Het begin van de Lissese jaren, 1710/11

Willem Adriaen vestigde zich in Amsterdam. In het zomerseizoen woonde hij evenwel in Lisse. Met Lisse zal hij bekend zijn geweest, omdat zijn moeder een lid van de familie Six was, die in Lisse en omgeving bezittingen had.

Uitsnede uit de kaart van Rijnland uit 1746. Van noord naar zuid loopt de Heereweg, toen nog onbestraat. Daar waar deze een bocht maakt, bevindt zich het buiten Meerenburg, waarvan met name de tuinaanleg in grote lijnen is aangegeven. Vervolgens gaan we de “Nieuwe Brug” over. Daar vlakbij bevindt zich een huisje. Willem Adriaen van der Stel kocht het in 1714.
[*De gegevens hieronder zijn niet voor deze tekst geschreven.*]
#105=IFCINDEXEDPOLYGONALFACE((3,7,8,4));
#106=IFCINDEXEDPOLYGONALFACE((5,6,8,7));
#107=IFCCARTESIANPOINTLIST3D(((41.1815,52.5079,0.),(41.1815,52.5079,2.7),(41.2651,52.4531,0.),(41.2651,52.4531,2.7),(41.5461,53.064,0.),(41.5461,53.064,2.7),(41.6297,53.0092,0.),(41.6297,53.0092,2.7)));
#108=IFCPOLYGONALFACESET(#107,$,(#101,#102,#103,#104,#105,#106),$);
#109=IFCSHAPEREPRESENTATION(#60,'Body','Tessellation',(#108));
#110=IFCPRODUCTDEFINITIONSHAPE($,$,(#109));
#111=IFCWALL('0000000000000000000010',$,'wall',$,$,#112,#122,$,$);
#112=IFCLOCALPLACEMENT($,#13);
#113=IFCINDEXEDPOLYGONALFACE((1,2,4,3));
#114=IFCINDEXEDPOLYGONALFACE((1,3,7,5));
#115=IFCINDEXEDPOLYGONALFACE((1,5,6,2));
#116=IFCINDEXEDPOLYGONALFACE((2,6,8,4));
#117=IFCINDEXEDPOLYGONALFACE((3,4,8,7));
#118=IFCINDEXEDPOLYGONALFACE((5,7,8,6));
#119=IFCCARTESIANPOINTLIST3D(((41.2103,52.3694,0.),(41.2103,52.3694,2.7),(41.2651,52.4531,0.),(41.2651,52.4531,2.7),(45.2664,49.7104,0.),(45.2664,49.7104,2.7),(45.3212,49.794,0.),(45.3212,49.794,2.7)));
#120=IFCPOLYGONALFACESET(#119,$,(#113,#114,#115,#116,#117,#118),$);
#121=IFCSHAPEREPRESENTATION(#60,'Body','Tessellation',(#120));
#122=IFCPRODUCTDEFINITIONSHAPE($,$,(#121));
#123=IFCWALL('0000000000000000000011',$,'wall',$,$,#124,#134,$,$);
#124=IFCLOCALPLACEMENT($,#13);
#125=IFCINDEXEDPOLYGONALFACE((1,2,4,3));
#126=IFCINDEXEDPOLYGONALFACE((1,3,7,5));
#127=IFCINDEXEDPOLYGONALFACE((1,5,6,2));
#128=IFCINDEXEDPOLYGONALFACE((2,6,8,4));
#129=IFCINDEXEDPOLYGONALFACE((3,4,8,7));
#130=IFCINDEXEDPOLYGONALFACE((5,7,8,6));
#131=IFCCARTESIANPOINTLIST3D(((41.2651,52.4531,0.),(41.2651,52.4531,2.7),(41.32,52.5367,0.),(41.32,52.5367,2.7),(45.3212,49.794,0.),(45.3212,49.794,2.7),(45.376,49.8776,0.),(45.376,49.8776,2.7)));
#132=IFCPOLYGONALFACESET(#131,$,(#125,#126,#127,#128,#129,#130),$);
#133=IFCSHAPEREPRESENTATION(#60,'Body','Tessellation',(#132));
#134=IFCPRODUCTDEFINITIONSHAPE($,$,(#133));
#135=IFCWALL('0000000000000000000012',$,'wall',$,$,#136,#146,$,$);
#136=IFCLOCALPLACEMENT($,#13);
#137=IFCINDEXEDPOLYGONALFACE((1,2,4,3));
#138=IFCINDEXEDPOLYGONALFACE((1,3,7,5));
Het huis Meerenburg, één van de grotere buitenhuizen in Lisse en omgeving, stond omstreeks 1710 juist leeg. Voor iemand met heerlijke titels, hij voerde reeds lang de titel van heer van Oud en Nieuw Vossemeer, was dit een mooie gelegenheid. Het huis werd aan hem door de eigenaar, Thomas van Wassenaer van Alkemade, verhuurd. Vanaf 1710 woonde Willem Adriaen dus op Meerenburgh met zijn echtgenote en zijn gezin. Het gezin bestond uit de volgende personen: allereerst de oudste Simon, die echter maar twee jaar werd. Cornelia, de oudste dochter, werd geboren in Amsterdam en huwde te Lisse in 1712 met Marcus van Weert. Het derde kind werd dood geboren. Jacoba Catharina, het vierde kind, was innocent (zwak begaafd, geestelijk gehandicapt). Verder was er Simon II. Ook Maria wordt later innocent genoemd. Zij werd op 58-jarige leeftijd begraven in Lisse. Willem Adriaan, het zevende kind, stierf jong en werd in 1719 op 23-jarige leeftijd in Lisse begraven.

Met name voor de jongste zoon zocht Willem Adriaen een tweede buiten, hetwelk hij vond in de vorm van de buitenplaats Meerenduin. Deze was niet ver verwijderd van Meerenburgh, lag ook aan dezelfde kant van de Heereweg, maar bevond zich iets noordelijker. Het huidige bedrijventerrein Meerenduin is naar deze buitenplaats vernoemd.

De buitenplaats Meerenduin, 1711

Reeds omstreeks 1500 bezat een zekere Claes Willemsz ter plaatse van de latere buitenplaats Meerenduin een “woninge mitter huizinge, bloemen en potinge “. Via het geslacht De Nobelaar vererfde het huis met tuinen op jhr. Diderik Ramp. Het ging hem financieel slecht af en in 1711 verkochten zijn curatoren Meerenduin publiekelijk in Haarlem aan Willem Adriaen van der Stel. Hij kocht het voor zijn zoon Willem Adriaen jr., want twee jaar later gaat het deel van het landgoed waarop zich het huis met de tuinen bevond over in zijn handen. Na zijn overlijden in 1719 kwam het in het bezit van zijn broer Simon, die het tot zijn dood in 1780 bewoond heeft. Willem Adriaen de Oude heeft het oude herenhuis laten afbreken en opnieuw opgebouwd, ofwel het reeds bestaande gebouw aanzienlijk uitgebreid. We lezen althans bij de verkoop in 1734 dat “den overleden heer” (d.i. Willem Adriaen van der Stel sr.) op het te verkopen goed “in sijn leven een hofstede (heeft) gebouwt, ende boomgaarden ende tuijnen aangelegt heeft gehad”. Er moet dus nogal wat nieuwbouw zijn gepleegd, alsook nieuwe tuinen zijn aangelegd ten tijde van Willem Adriaen van der Stel. Wat de omvang hiervan geweest is, hoe die tuinen eruit zagen en waar een en ander precies gesitueerd lag is echter onduidelijk. Op de kaarten van Rijnland uit 1615, 1647, 1687 en 1746 staat de buitenplaats zelfs niet eens aangegeven!